**Problem**
Collect the lines of the entries where "world" shows up.

**Items from a data source**
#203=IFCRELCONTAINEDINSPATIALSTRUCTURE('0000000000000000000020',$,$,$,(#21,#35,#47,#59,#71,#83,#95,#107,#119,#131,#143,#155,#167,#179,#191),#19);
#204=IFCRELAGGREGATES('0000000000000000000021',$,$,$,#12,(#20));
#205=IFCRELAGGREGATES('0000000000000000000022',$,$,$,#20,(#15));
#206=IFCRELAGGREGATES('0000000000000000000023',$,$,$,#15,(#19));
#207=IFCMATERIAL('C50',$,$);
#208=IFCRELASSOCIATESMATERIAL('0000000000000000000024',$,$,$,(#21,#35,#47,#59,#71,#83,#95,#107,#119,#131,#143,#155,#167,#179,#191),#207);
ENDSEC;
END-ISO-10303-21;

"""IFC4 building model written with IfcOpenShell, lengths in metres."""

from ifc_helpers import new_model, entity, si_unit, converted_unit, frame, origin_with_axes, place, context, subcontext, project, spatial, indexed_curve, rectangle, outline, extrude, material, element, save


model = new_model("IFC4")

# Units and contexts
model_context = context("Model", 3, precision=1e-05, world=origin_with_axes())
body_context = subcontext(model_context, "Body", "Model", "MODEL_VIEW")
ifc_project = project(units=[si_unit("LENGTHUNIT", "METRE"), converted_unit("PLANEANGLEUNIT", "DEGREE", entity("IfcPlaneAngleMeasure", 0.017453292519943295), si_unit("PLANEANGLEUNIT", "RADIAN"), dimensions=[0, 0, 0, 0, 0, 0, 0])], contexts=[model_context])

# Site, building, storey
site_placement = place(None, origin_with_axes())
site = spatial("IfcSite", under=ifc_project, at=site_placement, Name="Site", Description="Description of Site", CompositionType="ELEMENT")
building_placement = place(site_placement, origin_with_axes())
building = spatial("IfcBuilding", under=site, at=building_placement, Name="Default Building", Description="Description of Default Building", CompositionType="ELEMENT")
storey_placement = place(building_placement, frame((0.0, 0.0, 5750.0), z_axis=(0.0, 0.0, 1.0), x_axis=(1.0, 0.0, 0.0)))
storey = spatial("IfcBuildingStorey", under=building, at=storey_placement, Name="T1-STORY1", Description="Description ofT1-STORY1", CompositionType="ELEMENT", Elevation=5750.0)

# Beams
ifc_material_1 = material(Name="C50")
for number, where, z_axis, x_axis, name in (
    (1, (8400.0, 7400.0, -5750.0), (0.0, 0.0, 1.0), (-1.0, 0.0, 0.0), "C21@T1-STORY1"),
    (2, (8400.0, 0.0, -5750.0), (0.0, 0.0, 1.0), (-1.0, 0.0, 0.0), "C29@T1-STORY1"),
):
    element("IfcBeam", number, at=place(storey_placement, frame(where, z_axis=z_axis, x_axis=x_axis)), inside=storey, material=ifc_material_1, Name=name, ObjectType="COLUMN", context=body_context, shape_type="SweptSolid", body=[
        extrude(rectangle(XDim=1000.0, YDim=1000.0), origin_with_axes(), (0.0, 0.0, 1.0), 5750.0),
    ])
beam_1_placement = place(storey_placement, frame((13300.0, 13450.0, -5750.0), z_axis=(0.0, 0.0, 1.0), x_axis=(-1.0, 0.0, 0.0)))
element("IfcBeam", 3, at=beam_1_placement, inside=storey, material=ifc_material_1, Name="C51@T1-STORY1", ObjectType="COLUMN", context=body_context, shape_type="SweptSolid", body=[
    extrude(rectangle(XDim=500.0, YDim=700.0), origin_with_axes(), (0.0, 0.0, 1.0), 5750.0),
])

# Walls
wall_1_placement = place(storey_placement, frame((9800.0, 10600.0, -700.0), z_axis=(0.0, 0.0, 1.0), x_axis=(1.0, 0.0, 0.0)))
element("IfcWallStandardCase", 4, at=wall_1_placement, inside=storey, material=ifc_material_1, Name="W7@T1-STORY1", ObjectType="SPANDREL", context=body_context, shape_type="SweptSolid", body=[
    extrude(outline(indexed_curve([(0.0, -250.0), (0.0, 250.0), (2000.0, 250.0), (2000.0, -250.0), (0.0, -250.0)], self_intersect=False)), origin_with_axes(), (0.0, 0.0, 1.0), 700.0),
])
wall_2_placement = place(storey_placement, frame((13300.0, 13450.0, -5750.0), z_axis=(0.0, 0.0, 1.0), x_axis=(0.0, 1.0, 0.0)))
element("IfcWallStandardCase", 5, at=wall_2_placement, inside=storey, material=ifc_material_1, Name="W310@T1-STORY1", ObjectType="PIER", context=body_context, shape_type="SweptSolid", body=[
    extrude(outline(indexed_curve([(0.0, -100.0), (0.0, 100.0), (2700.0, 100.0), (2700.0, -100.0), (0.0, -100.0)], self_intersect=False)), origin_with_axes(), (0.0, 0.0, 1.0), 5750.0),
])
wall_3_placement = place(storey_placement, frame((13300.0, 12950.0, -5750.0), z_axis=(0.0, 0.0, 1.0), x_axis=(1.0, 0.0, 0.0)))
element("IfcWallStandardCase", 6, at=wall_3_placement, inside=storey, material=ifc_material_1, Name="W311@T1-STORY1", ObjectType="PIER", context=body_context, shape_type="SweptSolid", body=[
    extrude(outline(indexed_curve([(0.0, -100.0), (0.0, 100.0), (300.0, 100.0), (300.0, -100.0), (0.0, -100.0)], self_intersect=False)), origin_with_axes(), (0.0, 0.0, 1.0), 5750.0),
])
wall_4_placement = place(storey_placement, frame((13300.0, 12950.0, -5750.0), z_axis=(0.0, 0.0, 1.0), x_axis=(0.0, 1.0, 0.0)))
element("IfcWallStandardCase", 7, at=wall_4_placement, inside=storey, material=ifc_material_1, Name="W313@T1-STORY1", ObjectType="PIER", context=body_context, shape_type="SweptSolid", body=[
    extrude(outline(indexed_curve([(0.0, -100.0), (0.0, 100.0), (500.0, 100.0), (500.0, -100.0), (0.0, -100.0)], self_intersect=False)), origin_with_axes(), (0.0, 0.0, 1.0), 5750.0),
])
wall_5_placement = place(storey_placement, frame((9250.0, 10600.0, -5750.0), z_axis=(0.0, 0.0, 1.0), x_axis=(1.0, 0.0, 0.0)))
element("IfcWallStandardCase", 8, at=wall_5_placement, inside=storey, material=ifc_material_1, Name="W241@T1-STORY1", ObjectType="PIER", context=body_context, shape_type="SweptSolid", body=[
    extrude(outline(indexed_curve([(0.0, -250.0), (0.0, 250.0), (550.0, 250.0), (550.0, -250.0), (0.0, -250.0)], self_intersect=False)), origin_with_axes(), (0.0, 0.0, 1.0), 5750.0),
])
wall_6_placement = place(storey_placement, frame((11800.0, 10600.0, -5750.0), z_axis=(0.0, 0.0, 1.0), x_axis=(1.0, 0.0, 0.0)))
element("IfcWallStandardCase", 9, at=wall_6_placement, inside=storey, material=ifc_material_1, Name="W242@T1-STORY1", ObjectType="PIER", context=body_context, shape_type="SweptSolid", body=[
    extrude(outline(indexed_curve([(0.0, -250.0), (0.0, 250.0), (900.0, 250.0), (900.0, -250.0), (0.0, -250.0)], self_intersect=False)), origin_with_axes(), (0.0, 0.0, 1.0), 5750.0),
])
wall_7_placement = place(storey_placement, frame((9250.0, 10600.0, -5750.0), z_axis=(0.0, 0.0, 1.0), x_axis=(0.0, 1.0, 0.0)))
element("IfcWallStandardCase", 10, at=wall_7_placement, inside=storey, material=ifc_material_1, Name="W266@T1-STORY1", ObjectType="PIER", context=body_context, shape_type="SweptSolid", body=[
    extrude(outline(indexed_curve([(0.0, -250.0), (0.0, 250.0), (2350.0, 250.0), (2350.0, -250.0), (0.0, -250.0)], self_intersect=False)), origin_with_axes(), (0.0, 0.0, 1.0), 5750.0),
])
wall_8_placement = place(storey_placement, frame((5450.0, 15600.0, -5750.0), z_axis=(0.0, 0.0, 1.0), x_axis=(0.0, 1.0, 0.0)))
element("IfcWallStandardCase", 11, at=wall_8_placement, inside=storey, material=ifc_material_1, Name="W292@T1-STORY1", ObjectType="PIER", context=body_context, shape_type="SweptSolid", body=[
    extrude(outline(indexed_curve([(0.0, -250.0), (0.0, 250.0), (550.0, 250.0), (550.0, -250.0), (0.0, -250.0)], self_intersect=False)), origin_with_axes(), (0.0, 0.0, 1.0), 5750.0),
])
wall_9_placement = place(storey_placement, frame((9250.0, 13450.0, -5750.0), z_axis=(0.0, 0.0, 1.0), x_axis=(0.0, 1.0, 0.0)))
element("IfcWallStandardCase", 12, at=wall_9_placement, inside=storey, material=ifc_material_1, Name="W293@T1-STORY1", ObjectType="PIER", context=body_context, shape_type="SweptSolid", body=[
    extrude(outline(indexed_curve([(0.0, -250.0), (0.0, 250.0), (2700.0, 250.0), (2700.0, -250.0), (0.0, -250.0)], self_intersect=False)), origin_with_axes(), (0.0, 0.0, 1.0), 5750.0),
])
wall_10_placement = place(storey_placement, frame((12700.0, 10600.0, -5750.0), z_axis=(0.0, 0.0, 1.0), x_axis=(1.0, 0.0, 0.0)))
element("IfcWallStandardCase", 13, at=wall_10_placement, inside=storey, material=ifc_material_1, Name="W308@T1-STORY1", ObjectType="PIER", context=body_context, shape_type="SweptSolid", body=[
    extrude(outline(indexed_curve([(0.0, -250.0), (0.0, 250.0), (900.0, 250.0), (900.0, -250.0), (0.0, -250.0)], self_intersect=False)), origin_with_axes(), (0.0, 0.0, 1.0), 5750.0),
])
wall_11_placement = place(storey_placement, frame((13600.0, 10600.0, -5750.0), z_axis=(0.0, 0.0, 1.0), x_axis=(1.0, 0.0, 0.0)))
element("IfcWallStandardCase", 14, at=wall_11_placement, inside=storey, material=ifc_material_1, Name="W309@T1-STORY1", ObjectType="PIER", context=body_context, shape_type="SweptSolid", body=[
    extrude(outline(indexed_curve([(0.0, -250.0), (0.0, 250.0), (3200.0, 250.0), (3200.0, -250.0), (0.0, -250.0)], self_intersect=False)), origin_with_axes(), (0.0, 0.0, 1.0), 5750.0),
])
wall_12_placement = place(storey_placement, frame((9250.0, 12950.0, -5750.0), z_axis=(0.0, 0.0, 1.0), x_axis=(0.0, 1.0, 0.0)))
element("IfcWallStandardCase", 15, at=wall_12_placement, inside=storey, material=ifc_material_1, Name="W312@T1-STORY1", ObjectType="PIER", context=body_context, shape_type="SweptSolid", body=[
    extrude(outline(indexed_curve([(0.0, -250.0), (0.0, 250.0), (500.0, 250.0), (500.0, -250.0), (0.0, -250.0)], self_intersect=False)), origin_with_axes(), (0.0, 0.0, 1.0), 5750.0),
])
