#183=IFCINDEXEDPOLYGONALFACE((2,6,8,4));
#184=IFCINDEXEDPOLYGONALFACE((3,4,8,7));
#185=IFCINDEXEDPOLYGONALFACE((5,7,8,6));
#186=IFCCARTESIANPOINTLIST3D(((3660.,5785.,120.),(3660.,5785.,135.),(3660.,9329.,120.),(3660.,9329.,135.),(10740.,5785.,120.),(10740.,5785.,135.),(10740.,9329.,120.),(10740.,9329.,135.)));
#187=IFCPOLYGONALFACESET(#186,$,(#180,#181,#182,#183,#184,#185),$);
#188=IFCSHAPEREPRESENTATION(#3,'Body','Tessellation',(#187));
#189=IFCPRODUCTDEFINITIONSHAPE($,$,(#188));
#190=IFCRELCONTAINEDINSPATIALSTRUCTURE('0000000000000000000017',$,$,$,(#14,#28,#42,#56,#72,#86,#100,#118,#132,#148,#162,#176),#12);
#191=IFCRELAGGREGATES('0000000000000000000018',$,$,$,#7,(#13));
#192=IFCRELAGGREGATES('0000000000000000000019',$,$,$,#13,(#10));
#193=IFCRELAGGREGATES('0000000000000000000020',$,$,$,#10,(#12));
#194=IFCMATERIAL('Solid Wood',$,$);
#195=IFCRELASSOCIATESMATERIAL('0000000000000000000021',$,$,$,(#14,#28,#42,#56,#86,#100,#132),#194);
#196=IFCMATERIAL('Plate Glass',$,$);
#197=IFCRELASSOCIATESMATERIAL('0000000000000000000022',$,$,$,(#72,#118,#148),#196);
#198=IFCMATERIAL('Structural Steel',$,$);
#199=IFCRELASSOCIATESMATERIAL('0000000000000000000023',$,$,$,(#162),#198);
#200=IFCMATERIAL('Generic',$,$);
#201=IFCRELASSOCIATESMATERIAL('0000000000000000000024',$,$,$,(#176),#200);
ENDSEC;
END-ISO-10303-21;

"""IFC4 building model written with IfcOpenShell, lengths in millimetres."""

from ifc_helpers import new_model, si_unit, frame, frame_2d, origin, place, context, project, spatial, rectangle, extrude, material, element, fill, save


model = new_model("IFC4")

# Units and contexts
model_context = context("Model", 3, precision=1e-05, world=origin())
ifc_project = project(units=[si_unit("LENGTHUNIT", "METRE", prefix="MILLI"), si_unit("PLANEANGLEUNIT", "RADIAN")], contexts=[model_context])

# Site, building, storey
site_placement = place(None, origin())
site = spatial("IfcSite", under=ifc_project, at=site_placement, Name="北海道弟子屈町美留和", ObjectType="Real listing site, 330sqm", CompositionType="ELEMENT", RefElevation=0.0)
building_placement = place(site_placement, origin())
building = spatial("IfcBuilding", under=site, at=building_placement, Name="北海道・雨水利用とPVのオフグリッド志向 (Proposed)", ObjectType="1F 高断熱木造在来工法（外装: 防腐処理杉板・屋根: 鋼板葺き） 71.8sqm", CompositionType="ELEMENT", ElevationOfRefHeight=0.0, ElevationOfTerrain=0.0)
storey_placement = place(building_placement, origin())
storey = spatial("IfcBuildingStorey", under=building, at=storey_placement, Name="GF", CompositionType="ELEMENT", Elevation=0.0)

**Answer for this exercise**
model_context = context("Model", 3, precision=1e-05, world=origin_with_axes())
model_context = context("Model", 3, precision=1e-05, world=origin())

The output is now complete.